Annotation quality control
The GO Consortium implements a number of automated queries to check the quality of the annotations submitted to the GO database.
GO-Causal Activity Models
GO-Causal Activity Models (GO-CAMs) use a defined “grammar” for linking multiple standard GO annotations into larger models of biological function (such as “pathways”) in a semantically structured manner. Minimally, a GO-CAM model must connect at least two standard GO annotations (GO-CAM example).
The primary unit of biological modeling in GO-CAM is a molecular activity, e.g. protein kinase activity, of a specific gene product or complex. A molecular activity is an activity carried out at the molecular level by a gene product; this is specified by a term from the GO MF ontology. GO-CAM models are thus connections of GO MF annotations enriched by providing the appropriate context in which that function occurs. All connections in a GO-CAM model, e.g. between a gene product and activity, two activities, or an activity and additional contextual information, are made using clearly defined semantic relations from the Relations Ontology.

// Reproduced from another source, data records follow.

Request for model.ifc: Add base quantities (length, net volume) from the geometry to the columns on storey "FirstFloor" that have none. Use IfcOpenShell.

First a look at what the model holds.

```python
import ifcopenshell
import ifcopenshell.util.element
import ifcopenshell.util.unit

model = ifcopenshell.open("model.ifc")
print(model.schema)
for unit_type in ("LENGTHUNIT", "AREAUNIT", "VOLUMEUNIT"):
    print(unit_type, ifcopenshell.util.unit.calculate_unit_scale(model, unit_type))
storey = next(s for s in model.by_type("IfcBuildingStorey") if s.Name == "FirstFloor")
columns = [e for e in ifcopenshell.util.element.get_decomposition(storey) if e.is_a("IfcColumn")]
for e in sorted(columns, key=lambda e: e.id()):
    print(e.id(), e.is_a(), e.Name, list(ifcopenshell.util.element.get_psets(e, qtos_only=True)), sep=" | ")
```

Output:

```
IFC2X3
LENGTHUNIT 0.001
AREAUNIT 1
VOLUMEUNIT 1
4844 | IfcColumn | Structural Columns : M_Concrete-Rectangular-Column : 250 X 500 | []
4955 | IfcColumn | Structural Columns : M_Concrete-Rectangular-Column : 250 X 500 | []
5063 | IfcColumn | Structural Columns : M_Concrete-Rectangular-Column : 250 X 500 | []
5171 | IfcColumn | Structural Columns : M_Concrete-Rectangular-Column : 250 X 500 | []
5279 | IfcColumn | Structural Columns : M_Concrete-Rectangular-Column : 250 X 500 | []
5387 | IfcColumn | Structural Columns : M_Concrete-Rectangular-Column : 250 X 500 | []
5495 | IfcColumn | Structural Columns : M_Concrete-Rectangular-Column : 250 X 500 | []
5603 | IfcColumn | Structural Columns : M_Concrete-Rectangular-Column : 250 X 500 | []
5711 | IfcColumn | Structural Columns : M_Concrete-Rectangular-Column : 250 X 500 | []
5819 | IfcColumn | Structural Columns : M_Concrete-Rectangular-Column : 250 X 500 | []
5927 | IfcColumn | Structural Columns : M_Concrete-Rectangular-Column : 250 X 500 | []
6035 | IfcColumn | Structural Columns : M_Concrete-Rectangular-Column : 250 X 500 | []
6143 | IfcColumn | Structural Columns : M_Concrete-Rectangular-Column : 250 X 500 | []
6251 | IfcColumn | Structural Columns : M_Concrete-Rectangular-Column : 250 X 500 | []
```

```python
import ifcopenshell
import ifcopenshell.api.pset
import ifcopenshell.geom
import ifcopenshell.util.element
import ifcopenshell.util.shape
import ifcopenshell.util.unit

model = ifcopenshell.open("model.ifc")
unit_scale = ifcopenshell.util.unit.calculate_unit_scale(model)
volume_scale = ifcopenshell.util.unit.calculate_unit_scale(model, "VOLUMEUNIT")
settings = ifcopenshell.geom.settings()

storey = next(s for s in model.by_type("IfcBuildingStorey") if s.Name == "FirstFloor")
columns = [e for e in ifcopenshell.util.element.get_decomposition(storey) if e.is_a("IfcColumn")]

for e in sorted(columns, key=lambda e: e.id()):
    if ifcopenshell.util.element.get_psets(e, qtos_only=True, should_inherit=False):
        continue
    # Geometry comes back in metres, in the element's own axes.
    shape = ifcopenshell.geom.create_shape(settings, e)
    values = {
        "Length": ifcopenshell.util.shape.get_z(shape.geometry) / unit_scale,
        "NetVolume": ifcopenshell.util.shape.get_volume(shape.geometry) / volume_scale,
    }
    qto = ifcopenshell.api.pset.add_qto(model, product=e, name="BaseQuantities")
    ifcopenshell.api.pset.edit_qto(model, qto=qto, properties=values)
    print(e.id(), {k: round(v, 3) for k, v in values.items()})

model.write("model_v2.ifc")
```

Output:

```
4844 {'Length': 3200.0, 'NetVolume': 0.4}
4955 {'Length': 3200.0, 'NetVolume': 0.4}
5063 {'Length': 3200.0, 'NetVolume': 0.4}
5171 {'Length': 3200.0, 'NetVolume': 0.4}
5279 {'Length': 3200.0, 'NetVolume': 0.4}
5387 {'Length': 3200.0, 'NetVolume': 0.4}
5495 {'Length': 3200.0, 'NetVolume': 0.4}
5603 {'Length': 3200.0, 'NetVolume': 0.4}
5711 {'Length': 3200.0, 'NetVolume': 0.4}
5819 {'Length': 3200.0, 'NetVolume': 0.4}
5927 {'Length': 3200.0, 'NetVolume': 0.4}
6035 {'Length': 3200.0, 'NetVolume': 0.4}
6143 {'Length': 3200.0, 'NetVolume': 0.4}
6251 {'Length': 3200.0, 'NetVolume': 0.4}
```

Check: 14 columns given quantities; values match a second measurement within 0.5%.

GO-CAMs can be browsed and visualized at http://geneontology.org/go-cam
Types of GO annotation files
- Gene association file (GAF) 2.2
-
Gene Product Association Data (GPAD) 2.0 files + Gene Product Information (GPI) 2.0 files: companion files
- (Deprecated) Gene association file (GAF) 2.1
- (Deprecated) Gene association file (GAF) 2.0
- (Currently being deprecated) Gene Product Association Data (GPAD) 1.1/1.2 files + Gene Product Information (GPI) 1.2 files: companion files
Downloads
- Download GO annotations by species
- Download GO-CAM models
GO as a dynamic source of biological annotations
GO aims to represent the current state of knowledge in biology, hence it is constantly revised and expanded as biological knowledge accumulates.
With the ever-increasing number of published articles, experiments and methods, covering all biology with the latest annotations is always challenging. We therefore invite researchers and computational scientists to submit requests for missing, erroneous or out-of-date annotations to improve the GO database.
Statistics
GO statistics are available both for the current release and over time.